足腰を左右に動かしても痛みはなかったので、まずは腹ばいになって辺りを見回した。霧が立ち込めていたのでよく見えない。少し頭がふらついたので、しばらく動かないことにした。姉の千春は二メートルほど離れたところで仰向けに寝ている。まだ気を失っているようだ。
「おい!」
いきなり声をかけられて、翔太はビクッとした。体をこわばらせて、声がした方に視線を向けると、数メートル先で左右に向かい合う複数の人影が見えた。
「島木正信だな?」
———んっ? 僕じゃない?———
声をかけられたのは自分ではない。翔太は安堵した。喧嘩でも始まるのだろうか。草陰に隠れて様子を見ることにした。
「何の用だ?」
右側の男が問い返した。辺りには得体の知れない緊張感が漂い始めていた。
———何やってんだろう?———
翔太の鼓動は速くなった。ふらついていたことを忘れて、男たちの行動を注視した。
「助太刀いたそう」
すると、右奥から二つの人影が現れた。一人が小さな影の前に立ち、もう一人が前に歩み出た。

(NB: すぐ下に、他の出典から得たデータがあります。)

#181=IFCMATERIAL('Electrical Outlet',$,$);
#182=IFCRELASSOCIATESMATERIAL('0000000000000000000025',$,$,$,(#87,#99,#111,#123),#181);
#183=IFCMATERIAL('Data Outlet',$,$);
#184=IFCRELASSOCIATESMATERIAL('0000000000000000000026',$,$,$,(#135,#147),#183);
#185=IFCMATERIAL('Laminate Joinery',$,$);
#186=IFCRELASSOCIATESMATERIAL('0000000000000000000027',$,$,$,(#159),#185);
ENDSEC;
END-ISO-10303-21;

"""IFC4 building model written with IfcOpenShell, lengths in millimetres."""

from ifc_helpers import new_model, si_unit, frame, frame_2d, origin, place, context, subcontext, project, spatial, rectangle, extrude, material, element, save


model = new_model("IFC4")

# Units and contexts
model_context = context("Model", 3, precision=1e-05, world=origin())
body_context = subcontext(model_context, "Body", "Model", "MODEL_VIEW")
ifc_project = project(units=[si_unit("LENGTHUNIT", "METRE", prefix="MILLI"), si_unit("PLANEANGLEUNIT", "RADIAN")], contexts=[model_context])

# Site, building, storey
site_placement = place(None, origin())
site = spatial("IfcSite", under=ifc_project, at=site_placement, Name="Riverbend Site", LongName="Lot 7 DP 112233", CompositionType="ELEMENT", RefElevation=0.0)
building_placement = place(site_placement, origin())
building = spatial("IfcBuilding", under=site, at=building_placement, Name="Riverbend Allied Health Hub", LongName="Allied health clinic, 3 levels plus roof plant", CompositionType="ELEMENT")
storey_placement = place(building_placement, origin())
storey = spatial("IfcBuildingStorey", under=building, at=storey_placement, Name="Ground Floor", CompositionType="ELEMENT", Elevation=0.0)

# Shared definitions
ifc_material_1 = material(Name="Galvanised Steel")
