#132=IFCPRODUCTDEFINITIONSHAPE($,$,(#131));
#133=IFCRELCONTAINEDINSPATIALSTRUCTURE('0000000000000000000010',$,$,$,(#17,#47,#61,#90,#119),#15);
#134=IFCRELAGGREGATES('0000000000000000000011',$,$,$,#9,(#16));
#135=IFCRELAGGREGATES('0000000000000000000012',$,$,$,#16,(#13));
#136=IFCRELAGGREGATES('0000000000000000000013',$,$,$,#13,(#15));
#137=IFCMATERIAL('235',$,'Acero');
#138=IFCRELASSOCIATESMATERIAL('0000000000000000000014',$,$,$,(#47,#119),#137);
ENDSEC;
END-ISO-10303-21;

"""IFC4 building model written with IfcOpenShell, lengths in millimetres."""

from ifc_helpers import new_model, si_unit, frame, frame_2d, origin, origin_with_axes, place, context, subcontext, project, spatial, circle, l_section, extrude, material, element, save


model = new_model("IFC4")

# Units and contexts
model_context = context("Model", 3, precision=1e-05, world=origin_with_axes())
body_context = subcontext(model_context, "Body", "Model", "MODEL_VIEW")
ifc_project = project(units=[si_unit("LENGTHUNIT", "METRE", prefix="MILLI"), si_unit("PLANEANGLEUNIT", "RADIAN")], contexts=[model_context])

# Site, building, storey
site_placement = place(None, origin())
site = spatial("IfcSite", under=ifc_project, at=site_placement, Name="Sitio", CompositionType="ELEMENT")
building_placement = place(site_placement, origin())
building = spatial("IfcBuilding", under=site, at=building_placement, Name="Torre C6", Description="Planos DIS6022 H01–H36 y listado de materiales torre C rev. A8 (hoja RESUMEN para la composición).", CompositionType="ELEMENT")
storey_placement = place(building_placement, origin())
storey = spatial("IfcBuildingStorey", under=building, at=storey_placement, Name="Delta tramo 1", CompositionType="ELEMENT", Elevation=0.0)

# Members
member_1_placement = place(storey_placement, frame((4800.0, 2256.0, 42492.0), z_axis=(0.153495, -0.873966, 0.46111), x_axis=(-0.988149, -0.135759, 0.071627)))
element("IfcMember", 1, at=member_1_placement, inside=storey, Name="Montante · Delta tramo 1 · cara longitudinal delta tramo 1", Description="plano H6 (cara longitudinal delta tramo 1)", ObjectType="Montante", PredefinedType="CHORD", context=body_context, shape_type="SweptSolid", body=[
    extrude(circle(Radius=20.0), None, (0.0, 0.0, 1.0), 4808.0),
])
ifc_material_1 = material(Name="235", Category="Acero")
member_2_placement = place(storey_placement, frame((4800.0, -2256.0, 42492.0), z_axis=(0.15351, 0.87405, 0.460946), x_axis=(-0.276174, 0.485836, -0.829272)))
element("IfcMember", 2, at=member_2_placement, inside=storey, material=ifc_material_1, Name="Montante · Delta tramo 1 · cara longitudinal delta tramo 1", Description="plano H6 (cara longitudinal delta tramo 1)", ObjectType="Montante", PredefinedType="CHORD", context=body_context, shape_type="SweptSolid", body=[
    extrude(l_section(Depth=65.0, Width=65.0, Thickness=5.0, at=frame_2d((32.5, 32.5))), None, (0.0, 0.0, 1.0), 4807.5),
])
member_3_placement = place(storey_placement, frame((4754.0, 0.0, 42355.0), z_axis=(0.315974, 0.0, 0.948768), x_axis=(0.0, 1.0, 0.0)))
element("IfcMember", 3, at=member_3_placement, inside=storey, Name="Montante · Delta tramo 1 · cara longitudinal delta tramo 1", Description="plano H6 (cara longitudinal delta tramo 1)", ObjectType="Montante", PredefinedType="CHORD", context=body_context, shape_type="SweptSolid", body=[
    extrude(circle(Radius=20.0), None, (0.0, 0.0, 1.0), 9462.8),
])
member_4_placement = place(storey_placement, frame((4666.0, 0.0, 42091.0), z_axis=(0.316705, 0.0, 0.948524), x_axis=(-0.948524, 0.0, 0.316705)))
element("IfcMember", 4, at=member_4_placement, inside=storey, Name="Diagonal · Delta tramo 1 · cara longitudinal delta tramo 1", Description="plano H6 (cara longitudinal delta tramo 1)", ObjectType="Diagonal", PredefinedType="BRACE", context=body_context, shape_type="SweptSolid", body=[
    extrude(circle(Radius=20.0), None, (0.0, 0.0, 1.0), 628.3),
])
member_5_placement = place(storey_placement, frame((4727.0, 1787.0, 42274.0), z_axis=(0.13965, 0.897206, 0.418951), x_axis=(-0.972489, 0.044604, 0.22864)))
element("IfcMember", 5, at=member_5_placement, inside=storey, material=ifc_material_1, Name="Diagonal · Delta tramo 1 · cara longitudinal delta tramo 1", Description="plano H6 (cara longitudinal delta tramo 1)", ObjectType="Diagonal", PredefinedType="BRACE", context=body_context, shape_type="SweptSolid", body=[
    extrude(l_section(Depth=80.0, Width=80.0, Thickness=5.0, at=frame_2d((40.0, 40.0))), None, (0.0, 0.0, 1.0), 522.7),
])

左側にいた二人が、「ええい!」と言いながら前に出た瞬間だった。前に歩み出た男が、まるで舞うように体を動かしながら、棒を振り回した。
———あれっ? 刀?———
二つの人影が倒れたとき、自分と千春の方に何かが飛び散って来たのを感じた。ゴーグルに付着したのは赤色をした液体だった。
———えっ! 血?———
驚いた翔太は自分の存在を悟られないように、静かに急いで、匍匐前進で千春の方へ向かった。
「姉ちゃん、起きて!」
翔太は千春の肩を軽く揺さぶって、起こそうとした。
「え? 何?」
「し! 静かにして!」
目を覚ますと、千春も顔に手を当てた。直ぐに、飛び散った血が顔についているのに気づいた。
「うわっ! 血! 血よ〜!」
千春は声を上げたのだった。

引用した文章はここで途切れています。